Aim of the task = Look through the records below for the line holding "#16=IFCAXIS2PLACEMENT3D(#15,$,$);". Write it out exactly, with each following line through the line holding "#17=IFCLOCALPLACEMENT(#13,#16);".

=== Begin Enclosure ===

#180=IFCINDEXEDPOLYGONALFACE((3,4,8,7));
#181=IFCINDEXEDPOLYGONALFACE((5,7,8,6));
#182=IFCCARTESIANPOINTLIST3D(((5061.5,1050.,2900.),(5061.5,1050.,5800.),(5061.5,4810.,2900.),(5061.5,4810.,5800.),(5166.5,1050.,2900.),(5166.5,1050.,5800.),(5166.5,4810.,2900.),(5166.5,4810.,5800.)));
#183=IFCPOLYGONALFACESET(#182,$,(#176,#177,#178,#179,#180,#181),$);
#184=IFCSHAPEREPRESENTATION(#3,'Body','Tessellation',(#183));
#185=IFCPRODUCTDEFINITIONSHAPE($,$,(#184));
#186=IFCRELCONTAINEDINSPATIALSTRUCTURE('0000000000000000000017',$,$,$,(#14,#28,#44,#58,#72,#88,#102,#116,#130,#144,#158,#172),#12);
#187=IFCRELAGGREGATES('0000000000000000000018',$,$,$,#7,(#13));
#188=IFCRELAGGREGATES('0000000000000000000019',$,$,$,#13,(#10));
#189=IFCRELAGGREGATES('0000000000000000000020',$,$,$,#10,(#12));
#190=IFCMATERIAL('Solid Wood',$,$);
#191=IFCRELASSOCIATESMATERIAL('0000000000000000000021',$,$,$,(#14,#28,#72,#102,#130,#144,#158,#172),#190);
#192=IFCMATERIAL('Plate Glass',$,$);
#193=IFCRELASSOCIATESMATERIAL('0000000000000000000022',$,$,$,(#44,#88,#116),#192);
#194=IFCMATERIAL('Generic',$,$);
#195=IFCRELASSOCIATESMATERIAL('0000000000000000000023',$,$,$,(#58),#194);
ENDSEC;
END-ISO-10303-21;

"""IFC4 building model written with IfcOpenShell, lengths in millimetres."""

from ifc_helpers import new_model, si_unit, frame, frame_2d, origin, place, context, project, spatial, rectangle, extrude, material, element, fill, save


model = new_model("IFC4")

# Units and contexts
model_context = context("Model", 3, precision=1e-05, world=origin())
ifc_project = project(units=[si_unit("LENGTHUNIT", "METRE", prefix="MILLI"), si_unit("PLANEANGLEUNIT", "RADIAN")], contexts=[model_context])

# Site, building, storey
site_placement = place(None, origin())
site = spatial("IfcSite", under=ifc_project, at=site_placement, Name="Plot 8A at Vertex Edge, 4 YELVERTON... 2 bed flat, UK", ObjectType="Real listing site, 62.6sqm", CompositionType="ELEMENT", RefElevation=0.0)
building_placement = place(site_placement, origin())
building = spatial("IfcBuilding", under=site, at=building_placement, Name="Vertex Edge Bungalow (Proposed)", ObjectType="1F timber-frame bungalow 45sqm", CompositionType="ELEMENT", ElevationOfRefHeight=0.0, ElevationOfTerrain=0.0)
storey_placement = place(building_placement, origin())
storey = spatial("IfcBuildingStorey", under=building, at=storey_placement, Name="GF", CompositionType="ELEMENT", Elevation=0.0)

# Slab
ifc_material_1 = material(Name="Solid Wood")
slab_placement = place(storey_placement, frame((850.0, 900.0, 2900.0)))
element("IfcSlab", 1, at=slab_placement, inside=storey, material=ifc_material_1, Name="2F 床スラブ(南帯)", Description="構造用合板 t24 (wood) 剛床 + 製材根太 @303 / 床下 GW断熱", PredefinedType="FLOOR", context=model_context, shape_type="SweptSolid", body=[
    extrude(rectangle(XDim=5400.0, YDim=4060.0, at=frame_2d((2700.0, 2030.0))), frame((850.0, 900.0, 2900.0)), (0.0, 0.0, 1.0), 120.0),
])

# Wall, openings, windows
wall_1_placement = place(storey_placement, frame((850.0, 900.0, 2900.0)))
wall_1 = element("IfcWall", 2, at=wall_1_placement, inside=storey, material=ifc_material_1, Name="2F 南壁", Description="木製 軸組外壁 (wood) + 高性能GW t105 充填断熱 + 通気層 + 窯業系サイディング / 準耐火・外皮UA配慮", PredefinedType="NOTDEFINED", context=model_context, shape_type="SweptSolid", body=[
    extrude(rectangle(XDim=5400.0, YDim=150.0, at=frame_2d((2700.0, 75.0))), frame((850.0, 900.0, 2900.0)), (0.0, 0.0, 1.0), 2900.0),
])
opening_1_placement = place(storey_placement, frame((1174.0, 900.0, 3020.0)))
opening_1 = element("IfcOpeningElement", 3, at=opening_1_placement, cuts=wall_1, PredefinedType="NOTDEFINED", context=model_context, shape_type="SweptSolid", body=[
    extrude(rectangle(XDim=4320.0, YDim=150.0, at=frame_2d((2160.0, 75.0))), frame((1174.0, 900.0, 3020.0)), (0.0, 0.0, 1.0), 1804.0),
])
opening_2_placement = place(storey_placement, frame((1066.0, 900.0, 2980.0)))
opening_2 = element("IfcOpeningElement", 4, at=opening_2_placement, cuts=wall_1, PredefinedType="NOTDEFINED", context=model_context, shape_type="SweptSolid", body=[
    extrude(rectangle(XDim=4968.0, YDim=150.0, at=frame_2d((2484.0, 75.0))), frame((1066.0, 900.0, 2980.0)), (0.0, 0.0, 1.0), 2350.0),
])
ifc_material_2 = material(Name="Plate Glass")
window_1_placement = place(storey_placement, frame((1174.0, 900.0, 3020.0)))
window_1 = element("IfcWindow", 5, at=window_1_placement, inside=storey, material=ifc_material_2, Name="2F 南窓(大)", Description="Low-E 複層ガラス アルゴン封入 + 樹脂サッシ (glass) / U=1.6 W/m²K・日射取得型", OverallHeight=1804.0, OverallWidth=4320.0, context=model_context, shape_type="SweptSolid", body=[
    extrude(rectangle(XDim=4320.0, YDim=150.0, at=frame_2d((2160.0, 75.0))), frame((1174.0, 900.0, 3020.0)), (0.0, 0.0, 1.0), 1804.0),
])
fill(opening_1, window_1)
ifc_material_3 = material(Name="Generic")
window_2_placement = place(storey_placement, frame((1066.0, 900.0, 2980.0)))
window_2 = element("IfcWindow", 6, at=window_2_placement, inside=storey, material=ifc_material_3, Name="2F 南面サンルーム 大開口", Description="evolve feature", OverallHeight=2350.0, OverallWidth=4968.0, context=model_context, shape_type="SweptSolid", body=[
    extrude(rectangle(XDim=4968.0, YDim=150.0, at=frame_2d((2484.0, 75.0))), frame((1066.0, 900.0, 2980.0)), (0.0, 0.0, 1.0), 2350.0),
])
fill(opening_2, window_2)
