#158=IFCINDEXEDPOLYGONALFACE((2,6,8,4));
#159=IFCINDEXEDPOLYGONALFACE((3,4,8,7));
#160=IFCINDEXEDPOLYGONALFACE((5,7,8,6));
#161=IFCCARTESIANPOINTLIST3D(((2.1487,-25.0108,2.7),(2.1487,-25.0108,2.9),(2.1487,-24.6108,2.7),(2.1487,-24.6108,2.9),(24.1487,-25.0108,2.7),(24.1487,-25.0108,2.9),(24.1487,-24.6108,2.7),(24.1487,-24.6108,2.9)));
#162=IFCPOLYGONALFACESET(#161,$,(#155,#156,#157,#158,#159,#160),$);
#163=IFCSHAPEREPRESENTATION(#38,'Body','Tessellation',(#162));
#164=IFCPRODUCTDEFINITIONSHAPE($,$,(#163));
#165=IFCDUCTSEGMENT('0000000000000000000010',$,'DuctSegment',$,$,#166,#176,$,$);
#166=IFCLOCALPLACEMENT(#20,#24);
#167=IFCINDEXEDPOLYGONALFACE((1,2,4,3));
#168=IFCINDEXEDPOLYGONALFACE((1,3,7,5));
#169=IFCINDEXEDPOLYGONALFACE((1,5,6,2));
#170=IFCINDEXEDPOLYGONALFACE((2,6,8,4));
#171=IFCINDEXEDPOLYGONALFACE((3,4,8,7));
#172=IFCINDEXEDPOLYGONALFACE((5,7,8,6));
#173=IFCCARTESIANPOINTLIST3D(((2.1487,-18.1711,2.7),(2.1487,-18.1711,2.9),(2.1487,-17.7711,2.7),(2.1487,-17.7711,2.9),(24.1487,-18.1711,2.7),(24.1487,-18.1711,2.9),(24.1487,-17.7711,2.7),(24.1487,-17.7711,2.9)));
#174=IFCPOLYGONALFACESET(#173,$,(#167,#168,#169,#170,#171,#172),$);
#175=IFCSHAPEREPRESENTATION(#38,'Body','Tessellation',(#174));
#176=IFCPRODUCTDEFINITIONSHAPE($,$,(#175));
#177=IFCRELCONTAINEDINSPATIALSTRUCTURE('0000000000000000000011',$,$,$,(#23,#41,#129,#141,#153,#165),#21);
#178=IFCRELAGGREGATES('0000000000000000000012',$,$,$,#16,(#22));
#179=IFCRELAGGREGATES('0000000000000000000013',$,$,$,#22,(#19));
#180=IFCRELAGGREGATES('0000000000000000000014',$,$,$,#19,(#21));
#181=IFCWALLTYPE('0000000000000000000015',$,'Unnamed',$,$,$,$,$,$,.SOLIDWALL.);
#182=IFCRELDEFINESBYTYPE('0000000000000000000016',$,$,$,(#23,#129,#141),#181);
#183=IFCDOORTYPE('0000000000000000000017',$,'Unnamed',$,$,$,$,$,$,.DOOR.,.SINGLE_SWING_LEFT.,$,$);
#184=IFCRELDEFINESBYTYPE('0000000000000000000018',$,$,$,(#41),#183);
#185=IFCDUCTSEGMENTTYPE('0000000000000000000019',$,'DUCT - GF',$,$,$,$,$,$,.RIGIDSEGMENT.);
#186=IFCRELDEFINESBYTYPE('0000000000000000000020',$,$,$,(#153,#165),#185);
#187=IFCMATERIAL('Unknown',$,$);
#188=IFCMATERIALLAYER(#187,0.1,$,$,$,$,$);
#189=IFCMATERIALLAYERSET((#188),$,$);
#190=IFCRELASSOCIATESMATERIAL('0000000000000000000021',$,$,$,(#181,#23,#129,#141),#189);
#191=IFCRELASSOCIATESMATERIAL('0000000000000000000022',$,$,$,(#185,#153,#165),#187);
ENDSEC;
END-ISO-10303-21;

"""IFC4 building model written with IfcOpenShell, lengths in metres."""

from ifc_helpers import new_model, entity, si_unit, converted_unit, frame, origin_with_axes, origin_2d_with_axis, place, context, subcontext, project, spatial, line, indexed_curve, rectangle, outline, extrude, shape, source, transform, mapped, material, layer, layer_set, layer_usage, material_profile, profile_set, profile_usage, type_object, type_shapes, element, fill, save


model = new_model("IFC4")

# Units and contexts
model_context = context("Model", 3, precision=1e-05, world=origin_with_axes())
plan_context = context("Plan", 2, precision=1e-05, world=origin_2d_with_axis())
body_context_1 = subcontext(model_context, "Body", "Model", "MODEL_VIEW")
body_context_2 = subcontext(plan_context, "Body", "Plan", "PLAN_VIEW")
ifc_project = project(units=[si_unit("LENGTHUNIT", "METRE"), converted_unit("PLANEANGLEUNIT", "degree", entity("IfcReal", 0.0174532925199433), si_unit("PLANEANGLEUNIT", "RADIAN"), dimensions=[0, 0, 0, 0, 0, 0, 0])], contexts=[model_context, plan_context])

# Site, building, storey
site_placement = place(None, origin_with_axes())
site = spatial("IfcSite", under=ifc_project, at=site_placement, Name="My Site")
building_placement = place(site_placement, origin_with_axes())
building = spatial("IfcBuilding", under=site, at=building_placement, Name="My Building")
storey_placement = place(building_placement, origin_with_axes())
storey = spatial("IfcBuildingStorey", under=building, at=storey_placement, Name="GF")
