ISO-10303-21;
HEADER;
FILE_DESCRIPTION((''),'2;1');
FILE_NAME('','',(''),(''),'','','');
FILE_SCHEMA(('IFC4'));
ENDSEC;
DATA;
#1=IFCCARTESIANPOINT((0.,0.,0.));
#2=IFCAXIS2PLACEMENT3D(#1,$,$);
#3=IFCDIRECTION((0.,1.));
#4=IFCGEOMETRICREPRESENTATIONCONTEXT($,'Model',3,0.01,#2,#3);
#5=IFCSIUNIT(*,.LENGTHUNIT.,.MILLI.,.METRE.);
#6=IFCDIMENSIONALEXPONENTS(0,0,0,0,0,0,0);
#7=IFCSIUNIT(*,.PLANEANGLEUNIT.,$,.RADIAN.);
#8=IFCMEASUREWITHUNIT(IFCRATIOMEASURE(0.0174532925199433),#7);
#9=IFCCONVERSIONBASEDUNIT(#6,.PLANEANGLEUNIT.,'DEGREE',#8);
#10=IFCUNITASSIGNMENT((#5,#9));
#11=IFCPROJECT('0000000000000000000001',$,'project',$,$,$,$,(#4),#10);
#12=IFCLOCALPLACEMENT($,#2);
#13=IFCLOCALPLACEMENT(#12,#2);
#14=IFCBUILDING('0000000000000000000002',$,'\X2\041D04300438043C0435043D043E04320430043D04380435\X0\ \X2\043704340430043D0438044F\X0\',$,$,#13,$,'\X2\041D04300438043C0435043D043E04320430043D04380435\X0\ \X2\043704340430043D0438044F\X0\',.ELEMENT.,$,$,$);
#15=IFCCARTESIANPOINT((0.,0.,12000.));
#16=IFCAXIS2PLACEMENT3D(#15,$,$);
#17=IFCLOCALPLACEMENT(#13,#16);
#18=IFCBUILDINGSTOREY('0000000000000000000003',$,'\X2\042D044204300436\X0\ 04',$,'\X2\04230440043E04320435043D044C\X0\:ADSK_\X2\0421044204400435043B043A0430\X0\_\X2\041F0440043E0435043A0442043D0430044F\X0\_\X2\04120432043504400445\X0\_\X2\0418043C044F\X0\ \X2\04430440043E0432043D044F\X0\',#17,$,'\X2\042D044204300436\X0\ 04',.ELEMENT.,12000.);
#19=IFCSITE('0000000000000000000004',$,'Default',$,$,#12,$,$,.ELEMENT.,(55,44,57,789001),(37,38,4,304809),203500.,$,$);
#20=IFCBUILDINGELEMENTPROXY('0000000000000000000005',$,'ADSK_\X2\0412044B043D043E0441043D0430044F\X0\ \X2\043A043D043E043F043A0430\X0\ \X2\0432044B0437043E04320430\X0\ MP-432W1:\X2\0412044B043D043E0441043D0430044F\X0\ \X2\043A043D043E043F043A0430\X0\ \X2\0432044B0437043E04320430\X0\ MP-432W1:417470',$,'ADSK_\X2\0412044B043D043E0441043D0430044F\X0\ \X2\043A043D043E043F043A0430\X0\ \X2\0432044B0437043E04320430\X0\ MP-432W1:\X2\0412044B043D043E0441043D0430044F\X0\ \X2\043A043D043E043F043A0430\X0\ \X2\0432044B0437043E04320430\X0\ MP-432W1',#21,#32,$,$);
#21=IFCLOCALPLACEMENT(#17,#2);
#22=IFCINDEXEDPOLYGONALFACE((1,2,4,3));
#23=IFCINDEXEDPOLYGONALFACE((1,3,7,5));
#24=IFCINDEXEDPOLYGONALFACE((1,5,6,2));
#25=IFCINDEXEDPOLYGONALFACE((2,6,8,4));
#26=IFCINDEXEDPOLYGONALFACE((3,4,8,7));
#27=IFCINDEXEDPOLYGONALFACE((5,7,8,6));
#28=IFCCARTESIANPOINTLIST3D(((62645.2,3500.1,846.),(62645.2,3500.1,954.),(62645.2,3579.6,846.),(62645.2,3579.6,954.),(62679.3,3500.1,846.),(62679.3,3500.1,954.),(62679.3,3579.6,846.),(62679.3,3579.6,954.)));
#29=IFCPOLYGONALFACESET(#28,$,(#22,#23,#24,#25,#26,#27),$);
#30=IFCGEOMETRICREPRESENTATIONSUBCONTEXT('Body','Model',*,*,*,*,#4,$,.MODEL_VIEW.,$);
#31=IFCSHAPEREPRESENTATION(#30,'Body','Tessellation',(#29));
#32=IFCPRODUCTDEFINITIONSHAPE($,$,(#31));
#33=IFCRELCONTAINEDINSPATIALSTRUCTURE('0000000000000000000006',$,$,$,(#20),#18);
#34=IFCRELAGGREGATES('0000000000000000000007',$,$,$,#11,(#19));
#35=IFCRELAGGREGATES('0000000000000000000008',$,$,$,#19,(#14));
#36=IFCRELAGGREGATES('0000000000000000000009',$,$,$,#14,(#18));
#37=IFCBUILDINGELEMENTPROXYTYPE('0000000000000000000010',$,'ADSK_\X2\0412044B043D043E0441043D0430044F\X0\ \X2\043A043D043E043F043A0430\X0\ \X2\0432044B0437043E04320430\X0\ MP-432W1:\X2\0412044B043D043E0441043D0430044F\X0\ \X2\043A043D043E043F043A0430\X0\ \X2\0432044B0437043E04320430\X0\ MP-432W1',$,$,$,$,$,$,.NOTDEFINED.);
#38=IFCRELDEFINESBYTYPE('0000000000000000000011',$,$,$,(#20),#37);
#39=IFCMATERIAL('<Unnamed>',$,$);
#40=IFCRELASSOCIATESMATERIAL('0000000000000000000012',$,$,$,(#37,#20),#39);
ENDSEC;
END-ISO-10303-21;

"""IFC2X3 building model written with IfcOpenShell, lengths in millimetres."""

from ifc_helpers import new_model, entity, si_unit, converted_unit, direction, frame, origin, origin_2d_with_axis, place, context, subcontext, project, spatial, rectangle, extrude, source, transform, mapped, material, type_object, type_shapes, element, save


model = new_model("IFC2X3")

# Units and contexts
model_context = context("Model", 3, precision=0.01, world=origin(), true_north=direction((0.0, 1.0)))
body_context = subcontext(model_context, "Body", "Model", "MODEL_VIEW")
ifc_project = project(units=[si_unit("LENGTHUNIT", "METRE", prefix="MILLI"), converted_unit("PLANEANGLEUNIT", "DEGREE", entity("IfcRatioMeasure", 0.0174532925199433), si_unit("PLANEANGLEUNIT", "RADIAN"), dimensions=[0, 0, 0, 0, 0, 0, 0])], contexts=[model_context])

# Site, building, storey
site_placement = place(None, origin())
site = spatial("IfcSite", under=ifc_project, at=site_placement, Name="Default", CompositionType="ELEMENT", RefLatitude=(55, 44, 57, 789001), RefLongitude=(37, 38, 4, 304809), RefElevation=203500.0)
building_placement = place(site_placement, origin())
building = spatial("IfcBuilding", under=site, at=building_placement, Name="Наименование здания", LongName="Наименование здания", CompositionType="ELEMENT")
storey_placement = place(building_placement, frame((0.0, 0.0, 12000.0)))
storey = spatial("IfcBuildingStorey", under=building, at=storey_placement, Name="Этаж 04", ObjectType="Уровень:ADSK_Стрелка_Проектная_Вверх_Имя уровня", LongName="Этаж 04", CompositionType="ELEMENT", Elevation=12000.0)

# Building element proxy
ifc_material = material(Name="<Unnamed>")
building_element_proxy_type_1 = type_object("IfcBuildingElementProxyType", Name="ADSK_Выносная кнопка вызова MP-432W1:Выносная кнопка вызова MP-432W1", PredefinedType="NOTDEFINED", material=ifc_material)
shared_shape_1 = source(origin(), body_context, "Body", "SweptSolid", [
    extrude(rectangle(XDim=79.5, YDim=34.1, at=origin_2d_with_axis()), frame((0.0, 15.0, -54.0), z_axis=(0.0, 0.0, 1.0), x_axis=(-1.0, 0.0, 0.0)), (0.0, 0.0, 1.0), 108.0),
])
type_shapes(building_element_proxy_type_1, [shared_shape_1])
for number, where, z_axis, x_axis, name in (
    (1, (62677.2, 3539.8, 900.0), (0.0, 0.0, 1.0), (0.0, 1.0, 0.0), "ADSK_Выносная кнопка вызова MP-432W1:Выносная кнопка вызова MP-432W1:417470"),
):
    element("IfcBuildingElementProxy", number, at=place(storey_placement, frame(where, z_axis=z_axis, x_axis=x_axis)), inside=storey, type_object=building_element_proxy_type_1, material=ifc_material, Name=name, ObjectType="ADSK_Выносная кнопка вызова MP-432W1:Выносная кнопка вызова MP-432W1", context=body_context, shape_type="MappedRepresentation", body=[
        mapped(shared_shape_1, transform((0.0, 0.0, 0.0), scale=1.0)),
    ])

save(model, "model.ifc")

=== End Enclosure ===

Solution to this task =
#16=IFCAXIS2PLACEMENT3D(#15,$,$);
#17=IFCLOCALPLACEMENT(#13,#16);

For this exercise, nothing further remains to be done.